Les autrices de ce courrier s’interrogent : "Comment peut-on encore tolérer de se passer du moindre soignant face à cette situation insupportable ?". Tout en dénonçant "l’obstination coupable" du gouvernement, les deux sénatrices rejettent le chiffre de 15 000 soignants et professionnels de santé suspendu, avancé par le ministère de la Santé.
"Les personnels concernés par cette mesure sont bien plus importants que vous ne le prétendez : à côté des personnels suspendus, combien de libéraux interdits d’exercice, non comptabilisés parmi les "suspendus" ? Combien de demandes de mise en disponibilité ou de démission de la fonction publique suite à cette mesure non comptabilisées parmi les "suspendus" ? Combien d’étudiants en médecine empêchés de poursuivre leurs études ?", lit-on encore.
Le document, qui cite également les personnels interdits d’exercer en téléconsultation et même de trouver un remplaçant durant leur suspension, qualifie ces mesures de "punitives" et "d’humiliantes" et non pas de "sanitaires".
“Un système de santé à l’agonie“
Les deux sénatrices regrettent que "des milliers de héros du quotidien" fassent "cruellement défaut" au système de santé français, "à l’agonie". "Des milliers de professionnels qui se retrouvent depuis un an sans revenus, sans statut, privés de tout leur droit (…) Contrairement à votre affirmation, Monsieur le Ministre, nombre de soignants en exercice réclament le retour des personnels suspendus face à cette pénurie sans précédent", poursuivent-elles.
Sylviane Noël, Laurence Muller-Bronn, ainsi que les co-signataires de ce courrier, demandent "très solennellement de réintégrer l’ensemble de ces personnels afin de limiter, avant qu’il ne soit trop tard, cette casse inédite de notre système de santé et l’aggravation de nos déserts médicaux".
"Si vous décidez de persister dans votre erreur, il conviendra d’en assumer toutes les conséquences en trouvant une issue à cette situation qui n’est humainement plus tenable et qui n’a que trop duré", mettent en garde les sénateurs.
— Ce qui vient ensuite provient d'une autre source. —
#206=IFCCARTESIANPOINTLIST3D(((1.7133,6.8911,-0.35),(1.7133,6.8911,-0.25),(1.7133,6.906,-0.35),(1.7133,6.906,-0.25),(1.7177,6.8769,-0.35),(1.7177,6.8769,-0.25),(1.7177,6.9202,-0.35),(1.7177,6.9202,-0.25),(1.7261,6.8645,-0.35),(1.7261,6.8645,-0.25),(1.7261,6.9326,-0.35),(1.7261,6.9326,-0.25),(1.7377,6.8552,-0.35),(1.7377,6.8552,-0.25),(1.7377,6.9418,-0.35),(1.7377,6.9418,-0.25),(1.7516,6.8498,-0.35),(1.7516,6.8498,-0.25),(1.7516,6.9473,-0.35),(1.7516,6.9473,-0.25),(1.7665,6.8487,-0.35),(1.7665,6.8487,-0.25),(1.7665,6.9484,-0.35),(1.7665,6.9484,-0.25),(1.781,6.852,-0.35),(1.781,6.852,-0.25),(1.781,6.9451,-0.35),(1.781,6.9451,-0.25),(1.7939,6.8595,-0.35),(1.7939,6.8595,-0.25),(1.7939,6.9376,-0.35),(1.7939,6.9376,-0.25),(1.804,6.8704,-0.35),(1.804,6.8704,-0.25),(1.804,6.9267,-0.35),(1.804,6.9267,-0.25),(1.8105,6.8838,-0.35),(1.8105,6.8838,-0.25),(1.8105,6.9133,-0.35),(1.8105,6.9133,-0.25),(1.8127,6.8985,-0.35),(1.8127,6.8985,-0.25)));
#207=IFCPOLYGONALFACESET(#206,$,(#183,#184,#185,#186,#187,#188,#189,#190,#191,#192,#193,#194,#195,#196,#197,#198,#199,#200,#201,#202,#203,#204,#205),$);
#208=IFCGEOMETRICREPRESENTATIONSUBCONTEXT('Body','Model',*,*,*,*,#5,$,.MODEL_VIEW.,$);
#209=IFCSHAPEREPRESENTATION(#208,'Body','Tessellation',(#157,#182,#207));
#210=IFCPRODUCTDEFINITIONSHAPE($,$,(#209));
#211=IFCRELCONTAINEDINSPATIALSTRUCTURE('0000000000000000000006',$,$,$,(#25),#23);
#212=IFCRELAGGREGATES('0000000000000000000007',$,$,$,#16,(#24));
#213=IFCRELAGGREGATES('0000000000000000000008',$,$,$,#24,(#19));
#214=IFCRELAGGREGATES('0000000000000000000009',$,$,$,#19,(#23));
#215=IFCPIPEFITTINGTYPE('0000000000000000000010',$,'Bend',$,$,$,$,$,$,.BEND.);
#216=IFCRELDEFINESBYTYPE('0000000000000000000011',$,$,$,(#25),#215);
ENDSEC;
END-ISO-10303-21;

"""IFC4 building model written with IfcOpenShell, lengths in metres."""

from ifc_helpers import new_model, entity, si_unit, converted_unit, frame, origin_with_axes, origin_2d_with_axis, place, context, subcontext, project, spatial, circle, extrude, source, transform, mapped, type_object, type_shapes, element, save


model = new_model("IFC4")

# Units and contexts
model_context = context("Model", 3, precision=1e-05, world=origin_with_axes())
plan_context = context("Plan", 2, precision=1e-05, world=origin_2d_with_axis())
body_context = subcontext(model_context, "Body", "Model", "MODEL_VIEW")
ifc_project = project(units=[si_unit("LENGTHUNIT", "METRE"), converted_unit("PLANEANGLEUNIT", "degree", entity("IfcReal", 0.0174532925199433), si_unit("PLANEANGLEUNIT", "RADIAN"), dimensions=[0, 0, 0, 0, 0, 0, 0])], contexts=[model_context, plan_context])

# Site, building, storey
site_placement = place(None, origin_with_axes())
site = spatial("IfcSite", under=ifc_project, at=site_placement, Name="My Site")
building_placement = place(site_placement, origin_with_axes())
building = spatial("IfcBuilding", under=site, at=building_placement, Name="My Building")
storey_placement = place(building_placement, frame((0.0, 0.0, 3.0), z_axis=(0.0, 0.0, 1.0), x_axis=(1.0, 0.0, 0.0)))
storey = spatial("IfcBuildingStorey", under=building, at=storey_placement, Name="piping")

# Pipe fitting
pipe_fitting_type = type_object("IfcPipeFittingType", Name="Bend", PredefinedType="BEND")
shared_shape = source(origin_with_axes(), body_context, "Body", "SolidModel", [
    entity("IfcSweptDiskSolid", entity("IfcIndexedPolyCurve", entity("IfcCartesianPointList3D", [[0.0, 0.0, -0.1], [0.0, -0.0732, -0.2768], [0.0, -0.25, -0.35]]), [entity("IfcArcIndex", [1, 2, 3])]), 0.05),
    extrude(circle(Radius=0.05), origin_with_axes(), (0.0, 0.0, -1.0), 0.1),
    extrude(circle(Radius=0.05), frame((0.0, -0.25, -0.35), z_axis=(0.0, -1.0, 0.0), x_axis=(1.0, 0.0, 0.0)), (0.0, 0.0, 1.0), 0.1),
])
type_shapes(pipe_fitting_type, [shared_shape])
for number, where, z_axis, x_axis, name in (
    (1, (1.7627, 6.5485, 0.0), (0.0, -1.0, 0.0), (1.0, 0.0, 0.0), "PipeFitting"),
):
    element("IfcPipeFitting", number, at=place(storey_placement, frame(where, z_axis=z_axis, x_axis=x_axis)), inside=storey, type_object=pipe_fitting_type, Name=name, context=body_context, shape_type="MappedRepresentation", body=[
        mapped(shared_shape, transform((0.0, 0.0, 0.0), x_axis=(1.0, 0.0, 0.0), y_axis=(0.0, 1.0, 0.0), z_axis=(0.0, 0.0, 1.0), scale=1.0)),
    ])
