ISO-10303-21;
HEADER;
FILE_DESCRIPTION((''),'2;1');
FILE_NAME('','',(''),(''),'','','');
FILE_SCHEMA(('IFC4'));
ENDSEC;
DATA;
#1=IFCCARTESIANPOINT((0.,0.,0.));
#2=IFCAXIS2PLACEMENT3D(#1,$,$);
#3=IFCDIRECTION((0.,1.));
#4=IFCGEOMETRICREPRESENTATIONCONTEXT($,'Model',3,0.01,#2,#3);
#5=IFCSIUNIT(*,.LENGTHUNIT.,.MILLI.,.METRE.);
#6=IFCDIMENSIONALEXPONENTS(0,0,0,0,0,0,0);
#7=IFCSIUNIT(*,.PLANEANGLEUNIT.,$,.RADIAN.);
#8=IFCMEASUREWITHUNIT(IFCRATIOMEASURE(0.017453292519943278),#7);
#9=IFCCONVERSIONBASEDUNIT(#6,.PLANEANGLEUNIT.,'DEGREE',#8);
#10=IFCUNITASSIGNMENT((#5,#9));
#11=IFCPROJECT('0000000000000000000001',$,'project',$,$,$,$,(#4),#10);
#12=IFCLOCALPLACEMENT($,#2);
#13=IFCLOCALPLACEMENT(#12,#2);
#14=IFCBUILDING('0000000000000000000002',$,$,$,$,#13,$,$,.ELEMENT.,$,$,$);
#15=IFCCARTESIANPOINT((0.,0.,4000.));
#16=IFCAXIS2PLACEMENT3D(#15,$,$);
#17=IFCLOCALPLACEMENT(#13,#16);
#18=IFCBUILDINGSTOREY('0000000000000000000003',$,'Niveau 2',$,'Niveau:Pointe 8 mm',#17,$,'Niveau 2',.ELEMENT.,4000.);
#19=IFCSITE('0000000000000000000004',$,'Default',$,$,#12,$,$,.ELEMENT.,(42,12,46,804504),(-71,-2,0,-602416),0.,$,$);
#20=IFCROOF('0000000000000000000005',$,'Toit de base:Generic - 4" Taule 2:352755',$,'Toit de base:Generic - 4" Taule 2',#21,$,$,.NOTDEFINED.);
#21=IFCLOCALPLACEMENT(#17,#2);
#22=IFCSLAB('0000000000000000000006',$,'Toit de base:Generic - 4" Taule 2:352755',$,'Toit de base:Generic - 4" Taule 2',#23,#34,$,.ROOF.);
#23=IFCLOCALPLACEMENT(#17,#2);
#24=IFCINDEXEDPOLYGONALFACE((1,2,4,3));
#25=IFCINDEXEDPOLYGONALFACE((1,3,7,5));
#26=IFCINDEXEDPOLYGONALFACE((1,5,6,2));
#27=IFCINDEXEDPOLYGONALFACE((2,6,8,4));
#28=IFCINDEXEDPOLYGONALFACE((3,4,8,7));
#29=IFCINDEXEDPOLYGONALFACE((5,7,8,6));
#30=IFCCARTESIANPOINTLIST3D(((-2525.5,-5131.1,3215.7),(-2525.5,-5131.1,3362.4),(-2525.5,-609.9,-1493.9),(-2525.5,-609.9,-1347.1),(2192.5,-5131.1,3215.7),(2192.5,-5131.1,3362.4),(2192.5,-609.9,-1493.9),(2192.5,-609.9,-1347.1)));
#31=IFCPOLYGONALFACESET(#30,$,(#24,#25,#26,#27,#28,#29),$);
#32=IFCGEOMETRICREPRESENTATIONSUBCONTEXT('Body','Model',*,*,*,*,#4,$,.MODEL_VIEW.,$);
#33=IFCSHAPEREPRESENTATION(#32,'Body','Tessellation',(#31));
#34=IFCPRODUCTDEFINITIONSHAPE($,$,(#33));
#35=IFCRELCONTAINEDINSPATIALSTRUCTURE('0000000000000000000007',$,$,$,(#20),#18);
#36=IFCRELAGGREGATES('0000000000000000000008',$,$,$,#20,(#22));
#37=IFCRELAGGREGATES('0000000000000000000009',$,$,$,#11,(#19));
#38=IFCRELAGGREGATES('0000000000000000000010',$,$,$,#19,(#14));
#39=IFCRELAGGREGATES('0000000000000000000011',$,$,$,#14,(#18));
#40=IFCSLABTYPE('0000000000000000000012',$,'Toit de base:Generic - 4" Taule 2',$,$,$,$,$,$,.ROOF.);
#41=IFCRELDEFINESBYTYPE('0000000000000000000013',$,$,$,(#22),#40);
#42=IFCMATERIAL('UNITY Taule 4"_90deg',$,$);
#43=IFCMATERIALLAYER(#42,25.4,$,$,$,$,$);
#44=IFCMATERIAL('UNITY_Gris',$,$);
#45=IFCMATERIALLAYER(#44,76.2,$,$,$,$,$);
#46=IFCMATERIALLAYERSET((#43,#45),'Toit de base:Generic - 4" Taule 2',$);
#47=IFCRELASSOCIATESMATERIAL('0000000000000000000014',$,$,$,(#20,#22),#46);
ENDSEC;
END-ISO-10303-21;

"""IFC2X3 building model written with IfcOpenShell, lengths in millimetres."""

from ifc_helpers import new_model, entity, si_unit, converted_unit, direction, frame, frame_2d, origin, place, context, subcontext, project, spatial, rectangle, extrude, material, layer, layer_set, type_object, element, aggregate, save


model = new_model("IFC2X3")

# Units and contexts
model_context = context("Model", 3, precision=0.01, world=origin(), true_north=direction((0.0, 1.0)))
body_context = subcontext(model_context, "Body", "Model", "MODEL_VIEW")
ifc_project = project(units=[si_unit("LENGTHUNIT", "METRE", prefix="MILLI"), converted_unit("PLANEANGLEUNIT", "DEGREE", entity("IfcRatioMeasure", 0.017453292519943278), si_unit("PLANEANGLEUNIT", "RADIAN"), dimensions=[0, 0, 0, 0, 0, 0, 0])], contexts=[model_context])

# Site, building, storey
site_placement = place(None, origin())
site = spatial("IfcSite", under=ifc_project, at=site_placement, Name="Default", CompositionType="ELEMENT", RefLatitude=(42, 12, 46, 804504), RefLongitude=(-71, -2, 0, -602416), RefElevation=0.0)
building_placement = place(site_placement, origin())
building = spatial("IfcBuilding", under=site, at=building_placement, CompositionType="ELEMENT")
storey_placement = place(building_placement, frame((0.0, 0.0, 4000.0)))
storey = spatial("IfcBuildingStorey", under=building, at=storey_placement, Name="Niveau 2", ObjectType="Niveau:Pointe 8 mm", LongName="Niveau 2", CompositionType="ELEMENT", Elevation=4000.0)

# Roof, slab
ifc_material_1 = material(Name="UNITY Taule 4\"_90deg")
ifc_layer_1 = layer(ifc_material_1, 25.4)
ifc_material_2 = material(Name="UNITY_Gris")
ifc_layer_2 = layer(ifc_material_2, 76.2)
ifc_layer_set = layer_set([ifc_layer_1, ifc_layer_2], Name="Toit de base:Generic - 4\" Taule 2")
roof_1_placement = place(storey_placement, frame((-2525.5, -5131.1, -1493.9)))
roof_1 = element("IfcRoof", 1, at=roof_1_placement, inside=storey, material=ifc_layer_set, Name="Toit de base:Generic - 4\" Taule 2:352755", ObjectType="Toit de base:Generic - 4\" Taule 2", ShapeType="NOTDEFINED")
slab_type_1 = type_object("IfcSlabType", Name="Toit de base:Generic - 4\" Taule 2", PredefinedType="ROOF")
slab_1_placement = place(roof_1_placement, origin())
slab_1 = element("IfcSlab", 2, at=slab_1_placement, type_object=slab_type_1, material=ifc_layer_set, Name="Toit de base:Generic - 4\" Taule 2:352755", ObjectType="Toit de base:Generic - 4\" Taule 2", PredefinedType="ROOF", context=body_context, shape_type="SweptSolid", body=[
    extrude(rectangle(XDim=4718.1, YDim=6528.5, at=frame_2d((0.0, 0.0), x_axis=(-1.0, 0.0))), frame((2359.0, 2260.6, 2354.8), z_axis=(0.0, 0.721387, 0.692532), x_axis=(1.0, 0.0, 0.0)), (0.0, -0.721387, 0.692532), 146.7),
])
aggregate(roof_1, [slab_1])

save(model, "model.ifc")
Ils appellent ainsi à "trouver une sortie de crise", en proposant comme exemple un licenciement qui "leur permet de reconsidérer leur vie professionnelle dignement", citant le cas des personnels suspendus de Guadeloupe qui bénéficieront d’un plan de départ exceptionnel.
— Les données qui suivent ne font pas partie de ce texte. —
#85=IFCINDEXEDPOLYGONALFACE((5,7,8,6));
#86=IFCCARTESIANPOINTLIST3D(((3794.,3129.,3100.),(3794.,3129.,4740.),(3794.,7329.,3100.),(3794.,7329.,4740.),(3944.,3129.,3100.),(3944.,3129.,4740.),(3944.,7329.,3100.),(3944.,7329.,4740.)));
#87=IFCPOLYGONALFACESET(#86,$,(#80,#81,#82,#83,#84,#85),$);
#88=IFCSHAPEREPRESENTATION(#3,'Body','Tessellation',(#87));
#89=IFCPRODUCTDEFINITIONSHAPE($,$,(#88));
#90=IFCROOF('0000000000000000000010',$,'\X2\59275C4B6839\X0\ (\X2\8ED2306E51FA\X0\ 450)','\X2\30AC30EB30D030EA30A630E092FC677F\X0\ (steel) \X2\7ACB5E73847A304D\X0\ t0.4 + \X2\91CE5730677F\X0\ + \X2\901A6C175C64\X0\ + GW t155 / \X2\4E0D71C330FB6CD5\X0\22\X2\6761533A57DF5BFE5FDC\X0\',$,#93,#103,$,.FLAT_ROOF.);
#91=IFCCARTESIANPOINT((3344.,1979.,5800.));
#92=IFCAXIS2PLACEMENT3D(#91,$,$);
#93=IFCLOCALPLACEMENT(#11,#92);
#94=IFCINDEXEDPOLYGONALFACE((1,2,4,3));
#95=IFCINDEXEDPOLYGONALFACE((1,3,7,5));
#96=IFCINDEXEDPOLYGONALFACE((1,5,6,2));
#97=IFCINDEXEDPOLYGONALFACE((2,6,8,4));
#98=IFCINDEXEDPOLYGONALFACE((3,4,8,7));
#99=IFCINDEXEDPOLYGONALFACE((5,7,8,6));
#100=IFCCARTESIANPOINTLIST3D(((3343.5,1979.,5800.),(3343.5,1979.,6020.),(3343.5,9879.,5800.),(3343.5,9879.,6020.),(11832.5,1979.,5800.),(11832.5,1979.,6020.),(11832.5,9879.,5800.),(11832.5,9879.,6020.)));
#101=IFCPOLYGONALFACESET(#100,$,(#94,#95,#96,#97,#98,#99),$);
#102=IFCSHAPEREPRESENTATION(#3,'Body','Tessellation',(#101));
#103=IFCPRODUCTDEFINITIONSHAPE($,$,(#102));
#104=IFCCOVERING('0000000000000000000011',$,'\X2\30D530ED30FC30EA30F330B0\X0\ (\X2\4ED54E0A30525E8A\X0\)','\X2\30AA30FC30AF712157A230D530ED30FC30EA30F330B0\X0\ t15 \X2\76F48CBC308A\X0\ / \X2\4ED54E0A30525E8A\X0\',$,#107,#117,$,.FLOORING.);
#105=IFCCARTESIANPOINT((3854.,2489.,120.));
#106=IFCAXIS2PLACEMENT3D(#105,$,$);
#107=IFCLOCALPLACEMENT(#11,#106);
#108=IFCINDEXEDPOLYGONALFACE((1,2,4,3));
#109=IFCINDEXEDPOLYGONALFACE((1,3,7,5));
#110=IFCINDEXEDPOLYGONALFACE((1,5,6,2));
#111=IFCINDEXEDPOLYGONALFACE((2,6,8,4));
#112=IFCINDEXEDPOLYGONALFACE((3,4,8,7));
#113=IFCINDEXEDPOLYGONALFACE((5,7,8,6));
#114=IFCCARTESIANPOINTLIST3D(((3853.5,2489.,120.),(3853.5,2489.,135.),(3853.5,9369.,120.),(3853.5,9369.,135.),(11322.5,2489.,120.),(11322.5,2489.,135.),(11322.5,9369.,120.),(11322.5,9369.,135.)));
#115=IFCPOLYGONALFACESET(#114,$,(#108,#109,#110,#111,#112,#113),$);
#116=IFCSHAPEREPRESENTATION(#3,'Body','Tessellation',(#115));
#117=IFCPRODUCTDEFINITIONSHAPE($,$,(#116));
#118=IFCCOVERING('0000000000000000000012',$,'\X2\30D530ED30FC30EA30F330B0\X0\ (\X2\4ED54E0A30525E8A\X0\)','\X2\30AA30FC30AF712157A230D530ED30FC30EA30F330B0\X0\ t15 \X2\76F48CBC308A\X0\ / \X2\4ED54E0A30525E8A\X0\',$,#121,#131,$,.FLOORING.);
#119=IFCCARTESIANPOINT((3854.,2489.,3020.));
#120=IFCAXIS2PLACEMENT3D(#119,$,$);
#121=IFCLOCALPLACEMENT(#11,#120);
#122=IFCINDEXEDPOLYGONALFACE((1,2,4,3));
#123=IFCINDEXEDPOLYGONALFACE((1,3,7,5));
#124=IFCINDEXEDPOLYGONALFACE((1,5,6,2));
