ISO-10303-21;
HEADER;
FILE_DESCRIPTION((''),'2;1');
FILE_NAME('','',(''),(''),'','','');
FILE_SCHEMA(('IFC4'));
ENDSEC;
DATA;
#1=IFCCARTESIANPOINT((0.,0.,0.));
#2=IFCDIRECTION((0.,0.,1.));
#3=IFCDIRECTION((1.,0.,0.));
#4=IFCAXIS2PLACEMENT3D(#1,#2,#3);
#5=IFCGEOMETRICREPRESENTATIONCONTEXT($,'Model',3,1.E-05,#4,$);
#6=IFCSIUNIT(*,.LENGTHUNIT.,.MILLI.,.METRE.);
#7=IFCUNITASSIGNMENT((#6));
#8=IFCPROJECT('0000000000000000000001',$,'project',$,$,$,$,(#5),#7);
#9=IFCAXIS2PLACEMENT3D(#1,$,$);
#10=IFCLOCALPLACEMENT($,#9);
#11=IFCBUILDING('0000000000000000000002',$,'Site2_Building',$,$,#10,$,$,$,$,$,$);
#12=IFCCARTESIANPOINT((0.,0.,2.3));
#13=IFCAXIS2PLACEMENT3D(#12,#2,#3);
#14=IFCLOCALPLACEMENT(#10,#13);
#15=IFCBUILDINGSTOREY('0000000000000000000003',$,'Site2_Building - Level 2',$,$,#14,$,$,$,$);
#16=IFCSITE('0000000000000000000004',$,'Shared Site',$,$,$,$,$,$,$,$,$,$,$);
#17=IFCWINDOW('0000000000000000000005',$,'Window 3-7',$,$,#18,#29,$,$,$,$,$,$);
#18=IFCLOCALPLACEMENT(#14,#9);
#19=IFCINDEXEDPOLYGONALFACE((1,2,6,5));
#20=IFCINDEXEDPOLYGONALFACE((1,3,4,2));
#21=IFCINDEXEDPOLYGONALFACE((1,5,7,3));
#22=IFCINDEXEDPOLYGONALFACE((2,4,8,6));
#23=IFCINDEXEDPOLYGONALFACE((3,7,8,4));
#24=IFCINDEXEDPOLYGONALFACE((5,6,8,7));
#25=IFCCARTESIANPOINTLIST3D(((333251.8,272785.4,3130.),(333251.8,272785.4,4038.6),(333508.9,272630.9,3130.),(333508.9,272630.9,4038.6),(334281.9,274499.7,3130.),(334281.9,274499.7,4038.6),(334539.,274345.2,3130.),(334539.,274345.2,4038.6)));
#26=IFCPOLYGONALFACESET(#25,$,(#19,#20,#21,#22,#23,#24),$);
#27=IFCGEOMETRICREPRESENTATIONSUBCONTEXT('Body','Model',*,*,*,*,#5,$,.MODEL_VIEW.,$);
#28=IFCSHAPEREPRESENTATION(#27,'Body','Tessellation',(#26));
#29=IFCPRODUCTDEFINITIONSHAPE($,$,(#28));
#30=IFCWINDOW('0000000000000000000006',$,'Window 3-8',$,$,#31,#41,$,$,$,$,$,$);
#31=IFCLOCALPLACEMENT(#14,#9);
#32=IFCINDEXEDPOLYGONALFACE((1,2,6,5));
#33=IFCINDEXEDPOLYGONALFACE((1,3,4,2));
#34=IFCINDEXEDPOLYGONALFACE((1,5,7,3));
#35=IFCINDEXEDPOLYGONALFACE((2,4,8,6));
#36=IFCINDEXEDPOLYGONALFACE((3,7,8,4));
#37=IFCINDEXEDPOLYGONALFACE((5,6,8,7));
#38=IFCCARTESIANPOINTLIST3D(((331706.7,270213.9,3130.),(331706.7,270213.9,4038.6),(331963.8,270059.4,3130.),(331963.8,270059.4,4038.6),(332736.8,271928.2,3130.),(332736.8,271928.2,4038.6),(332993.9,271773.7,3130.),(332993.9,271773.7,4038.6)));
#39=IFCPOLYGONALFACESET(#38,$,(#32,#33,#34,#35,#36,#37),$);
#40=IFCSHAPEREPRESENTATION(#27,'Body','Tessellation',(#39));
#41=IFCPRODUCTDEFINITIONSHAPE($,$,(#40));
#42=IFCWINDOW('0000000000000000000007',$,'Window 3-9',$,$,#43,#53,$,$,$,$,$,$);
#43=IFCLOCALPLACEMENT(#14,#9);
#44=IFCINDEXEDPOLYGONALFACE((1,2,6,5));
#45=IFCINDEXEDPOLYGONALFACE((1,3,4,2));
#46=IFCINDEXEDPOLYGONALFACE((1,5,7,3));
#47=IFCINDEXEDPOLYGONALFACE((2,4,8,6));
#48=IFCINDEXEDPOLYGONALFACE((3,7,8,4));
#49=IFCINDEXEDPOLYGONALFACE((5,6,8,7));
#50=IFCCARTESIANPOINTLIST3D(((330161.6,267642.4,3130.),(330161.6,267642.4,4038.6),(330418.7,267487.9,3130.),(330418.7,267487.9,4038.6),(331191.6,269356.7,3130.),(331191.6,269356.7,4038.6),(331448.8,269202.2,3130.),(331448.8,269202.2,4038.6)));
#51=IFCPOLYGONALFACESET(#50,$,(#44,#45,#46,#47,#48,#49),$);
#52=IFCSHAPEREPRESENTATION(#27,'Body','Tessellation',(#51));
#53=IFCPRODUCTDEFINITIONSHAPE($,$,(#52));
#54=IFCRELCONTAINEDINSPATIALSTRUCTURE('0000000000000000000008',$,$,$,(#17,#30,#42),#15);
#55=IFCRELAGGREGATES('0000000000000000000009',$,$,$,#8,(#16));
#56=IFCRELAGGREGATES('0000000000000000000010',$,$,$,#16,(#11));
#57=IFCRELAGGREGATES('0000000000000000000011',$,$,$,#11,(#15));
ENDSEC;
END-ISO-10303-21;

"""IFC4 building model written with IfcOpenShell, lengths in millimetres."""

from ifc_helpers import new_model, si_unit, frame, origin, origin_with_axes, place, context, subcontext, project, spatial, indexed_curve, outline, extrude, element, save


model = new_model("IFC4")

# Units and contexts
model_context = context("Model", 3, precision=1e-05, world=origin_with_axes())
body_context = subcontext(model_context, "Body", "Model", "MODEL_VIEW")
ifc_project = project(units=[si_unit("LENGTHUNIT", "METRE", prefix="MILLI")], contexts=[model_context])

# Site, building, storey
site = spatial("IfcSite", under=ifc_project, Name="Shared Site")
building_placement = place(None, origin())
building = spatial("IfcBuilding", under=site, at=building_placement, Name="Site2_Building")
storey_placement = place(building_placement, frame((0.0, 0.0, 2.3), z_axis=(0.0, 0.0, 1.0), x_axis=(1.0, 0.0, 0.0)))
storey = spatial("IfcBuildingStorey", under=building, at=storey_placement, Name="Site2_Building - Level 2")

# Windows
for number, where, z_axis, x_axis, name in (
    (1, (334281.9, 274499.7, 3130.0), (0.0, 0.0, 1.0), (-0.515038, -0.857167, 0.0), "Window 3-7"),
    (2, (332736.8, 271928.2, 3130.0), (0.0, 0.0, 1.0), (-0.515038, -0.857167, 0.0), "Window 3-8"),
    (3, (331191.6, 269356.7, 3130.0), (0.0, 0.0, 1.0), (-0.515038, -0.857167, 0.0), "Window 3-9"),
):
    element("IfcWindow", number, at=place(storey_placement, frame(where, z_axis=z_axis, x_axis=x_axis)), inside=storey, Name=name, context=body_context, shape_type="SweptSolid", body=[
        extrude(outline(indexed_curve([(0.0, 0.0), (0.0, 300.0), (2000.0, 300.0), (2000.0, 0.0), (0.0, 0.0)], self_intersect=False)), origin_with_axes(), (0.0, 0.0, 1.0), 908.6),
    ])

save(model, "model.ifc")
Mercredi, des députés La France insoumise (LFI) ont déposé une proposition de loi pour réintégrer les personnels suspendus en contrepartie d'“un protocole sanitaire renforcé” dans l'attente de l'étape obligatoire d'un avis favorable de la Haute Autorité de santé sur la levée de l'obligation vaccinale en milieu médico-hospitalier, en vertu de la loi du 30 juillet 2022 mettant fin aux régimes d'exception créés pour lutter contre l'épidémie liée à la Covid-19.
Lors de l’entrée en vigueur de cette suspension, cela fait plus d’un an, le ministère de la Santé estimait que 15 000 soignants et autres professionnels concernés (personnel paramédical, employés administratifs d’hôpitaux, etc.) étaient non vaccinés et de ce fait suspendus.
Interrogé jeudi matin sur France 2, Olivier Véran, porte-parole du gouvernement, a ainsi affirmé que “ça ne changerait rien au schmilblick" et aux difficultés que subissent les établissements de santé. Il a également fait savoir que "les soignants ne sont pas férus de l’idée" et fait valoir que la Haute Autorité de santé (HAS) avait recommandé, il y a quelques mois, le maintien de cette obligation vaccinale.